- TASK GOAL
Filter the entries beneath this task, copying only the lines that hold the word "IFCEXTRUDEDAREASOLID".

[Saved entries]
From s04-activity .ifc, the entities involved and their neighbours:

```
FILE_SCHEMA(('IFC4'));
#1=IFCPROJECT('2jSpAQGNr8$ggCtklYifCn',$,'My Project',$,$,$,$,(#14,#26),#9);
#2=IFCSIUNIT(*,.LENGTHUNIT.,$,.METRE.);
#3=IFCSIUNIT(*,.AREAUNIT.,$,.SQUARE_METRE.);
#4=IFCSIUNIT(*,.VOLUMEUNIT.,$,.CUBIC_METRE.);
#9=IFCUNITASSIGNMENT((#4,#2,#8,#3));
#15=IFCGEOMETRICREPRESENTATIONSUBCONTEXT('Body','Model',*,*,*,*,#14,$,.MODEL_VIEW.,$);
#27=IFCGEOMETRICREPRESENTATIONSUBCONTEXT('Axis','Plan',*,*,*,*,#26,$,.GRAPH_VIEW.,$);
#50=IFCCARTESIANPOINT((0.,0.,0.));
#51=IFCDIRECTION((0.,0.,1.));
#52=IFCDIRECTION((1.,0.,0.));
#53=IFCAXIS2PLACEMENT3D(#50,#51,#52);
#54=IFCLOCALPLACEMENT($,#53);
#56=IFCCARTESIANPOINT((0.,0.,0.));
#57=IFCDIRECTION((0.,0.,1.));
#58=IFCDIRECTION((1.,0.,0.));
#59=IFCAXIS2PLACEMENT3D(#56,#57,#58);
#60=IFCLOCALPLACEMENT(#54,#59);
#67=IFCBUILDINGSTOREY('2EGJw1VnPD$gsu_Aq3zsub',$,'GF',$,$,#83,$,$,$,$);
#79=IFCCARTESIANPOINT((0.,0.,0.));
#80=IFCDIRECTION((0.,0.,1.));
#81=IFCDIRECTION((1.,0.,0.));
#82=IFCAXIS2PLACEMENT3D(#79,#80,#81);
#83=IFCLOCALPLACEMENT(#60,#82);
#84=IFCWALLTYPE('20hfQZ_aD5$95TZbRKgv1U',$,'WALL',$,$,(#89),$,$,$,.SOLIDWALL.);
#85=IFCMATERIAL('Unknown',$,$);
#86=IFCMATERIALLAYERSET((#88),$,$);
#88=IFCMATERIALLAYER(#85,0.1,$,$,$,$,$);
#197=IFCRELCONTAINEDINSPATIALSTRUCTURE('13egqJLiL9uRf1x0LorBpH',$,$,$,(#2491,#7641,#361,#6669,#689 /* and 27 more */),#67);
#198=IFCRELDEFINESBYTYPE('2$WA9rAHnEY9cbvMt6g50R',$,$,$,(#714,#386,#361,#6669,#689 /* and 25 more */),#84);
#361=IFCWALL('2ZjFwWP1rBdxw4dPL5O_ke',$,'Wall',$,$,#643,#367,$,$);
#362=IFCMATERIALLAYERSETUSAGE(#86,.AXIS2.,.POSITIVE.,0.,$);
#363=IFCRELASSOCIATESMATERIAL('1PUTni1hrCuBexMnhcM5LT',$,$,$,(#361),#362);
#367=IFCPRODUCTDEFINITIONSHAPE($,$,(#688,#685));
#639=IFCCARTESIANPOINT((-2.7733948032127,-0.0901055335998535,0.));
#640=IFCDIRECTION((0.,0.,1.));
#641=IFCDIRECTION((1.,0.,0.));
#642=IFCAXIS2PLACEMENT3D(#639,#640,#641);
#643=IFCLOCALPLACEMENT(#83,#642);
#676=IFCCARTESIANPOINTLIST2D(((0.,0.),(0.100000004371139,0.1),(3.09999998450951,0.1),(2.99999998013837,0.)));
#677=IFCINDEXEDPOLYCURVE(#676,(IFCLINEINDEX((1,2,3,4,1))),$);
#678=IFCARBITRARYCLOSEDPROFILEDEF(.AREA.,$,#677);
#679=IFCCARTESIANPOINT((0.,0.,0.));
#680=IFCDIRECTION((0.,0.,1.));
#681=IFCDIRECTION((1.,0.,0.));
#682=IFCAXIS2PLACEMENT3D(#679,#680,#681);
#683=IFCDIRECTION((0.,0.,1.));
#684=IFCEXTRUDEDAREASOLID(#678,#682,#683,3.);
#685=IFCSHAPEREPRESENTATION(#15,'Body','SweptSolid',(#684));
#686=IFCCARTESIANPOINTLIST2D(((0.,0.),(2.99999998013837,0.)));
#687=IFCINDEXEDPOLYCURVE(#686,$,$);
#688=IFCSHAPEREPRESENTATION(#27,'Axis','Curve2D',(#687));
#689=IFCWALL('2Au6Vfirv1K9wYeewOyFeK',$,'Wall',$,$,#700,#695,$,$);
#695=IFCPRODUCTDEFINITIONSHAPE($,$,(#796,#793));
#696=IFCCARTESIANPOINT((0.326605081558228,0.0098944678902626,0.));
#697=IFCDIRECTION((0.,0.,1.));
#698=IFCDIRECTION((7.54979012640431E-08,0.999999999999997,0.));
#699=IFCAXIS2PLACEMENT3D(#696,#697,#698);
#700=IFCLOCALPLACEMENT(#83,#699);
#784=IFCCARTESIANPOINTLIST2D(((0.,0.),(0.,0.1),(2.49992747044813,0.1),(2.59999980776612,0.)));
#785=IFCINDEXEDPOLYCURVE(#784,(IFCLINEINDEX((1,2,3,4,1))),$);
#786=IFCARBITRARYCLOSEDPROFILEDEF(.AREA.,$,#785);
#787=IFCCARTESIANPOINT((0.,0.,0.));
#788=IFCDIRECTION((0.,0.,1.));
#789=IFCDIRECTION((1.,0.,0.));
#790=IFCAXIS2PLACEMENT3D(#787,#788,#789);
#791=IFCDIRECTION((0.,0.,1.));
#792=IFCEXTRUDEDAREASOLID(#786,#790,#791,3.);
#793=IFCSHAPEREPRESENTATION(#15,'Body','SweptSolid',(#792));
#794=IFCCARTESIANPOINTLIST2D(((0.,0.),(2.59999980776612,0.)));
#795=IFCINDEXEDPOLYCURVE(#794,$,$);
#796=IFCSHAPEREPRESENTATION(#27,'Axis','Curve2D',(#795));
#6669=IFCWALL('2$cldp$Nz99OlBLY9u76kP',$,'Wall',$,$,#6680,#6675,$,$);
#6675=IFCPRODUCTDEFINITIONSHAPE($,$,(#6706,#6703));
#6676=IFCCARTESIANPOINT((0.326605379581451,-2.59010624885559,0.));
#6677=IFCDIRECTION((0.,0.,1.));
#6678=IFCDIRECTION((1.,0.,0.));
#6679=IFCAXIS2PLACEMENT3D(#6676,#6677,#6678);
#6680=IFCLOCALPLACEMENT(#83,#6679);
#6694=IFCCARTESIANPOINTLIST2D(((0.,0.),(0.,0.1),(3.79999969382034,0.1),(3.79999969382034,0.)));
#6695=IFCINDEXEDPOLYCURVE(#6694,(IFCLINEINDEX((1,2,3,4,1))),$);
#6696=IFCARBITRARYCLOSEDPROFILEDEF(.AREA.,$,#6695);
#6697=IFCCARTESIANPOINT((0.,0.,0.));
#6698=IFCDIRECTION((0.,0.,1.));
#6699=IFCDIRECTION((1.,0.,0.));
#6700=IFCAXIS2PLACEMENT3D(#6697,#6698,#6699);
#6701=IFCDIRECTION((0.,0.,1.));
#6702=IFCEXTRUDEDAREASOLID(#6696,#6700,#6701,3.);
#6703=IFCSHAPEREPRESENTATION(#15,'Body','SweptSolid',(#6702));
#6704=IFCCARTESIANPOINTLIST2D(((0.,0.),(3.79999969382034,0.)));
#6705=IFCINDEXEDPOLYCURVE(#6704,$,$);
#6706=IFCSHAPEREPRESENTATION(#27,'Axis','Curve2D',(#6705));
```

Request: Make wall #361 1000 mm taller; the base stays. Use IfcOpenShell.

```python
import ifcopenshell
import ifcopenshell.geom
import ifcopenshell.util.representation
import ifcopenshell.util.shape
import ifcopenshell.util.unit

model = ifcopenshell.open("s04-activity .ifc")
unit_scale = ifcopenshell.util.unit.calculate_unit_scale(model)
settings = ifcopenshell.geom.settings()


def volume(element):
    """Net volume in cubic metres, openings subtracted."""
    shape = ifcopenshell.geom.create_shape(settings, element)
    return ifcopenshell.util.shape.get_volume(shape.geometry)


wall = model.by_id(361)
before = volume(wall)

body = ifcopenshell.util.representation.get_representation(wall, "Model", "Body")
solid = body.Items[0]
old_height = solid.Depth
solid.Depth += 1 / unit_scale
after = volume(wall)

print(f"height {old_height:g} -> {solid.Depth:g}, volume {before:.3f} -> {after:.3f} m3")

model.write("s04-activity _edited.ifc")
```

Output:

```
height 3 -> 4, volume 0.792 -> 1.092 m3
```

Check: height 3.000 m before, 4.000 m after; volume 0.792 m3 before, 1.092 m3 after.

- RESPONSE
#684=IFCEXTRUDEDAREASOLID(#678,#682,#683,3.);
#792=IFCEXTRUDEDAREASOLID(#786,#790,#791,3.);
#6702=IFCEXTRUDEDAREASOLID(#6696,#6700,#6701,3.);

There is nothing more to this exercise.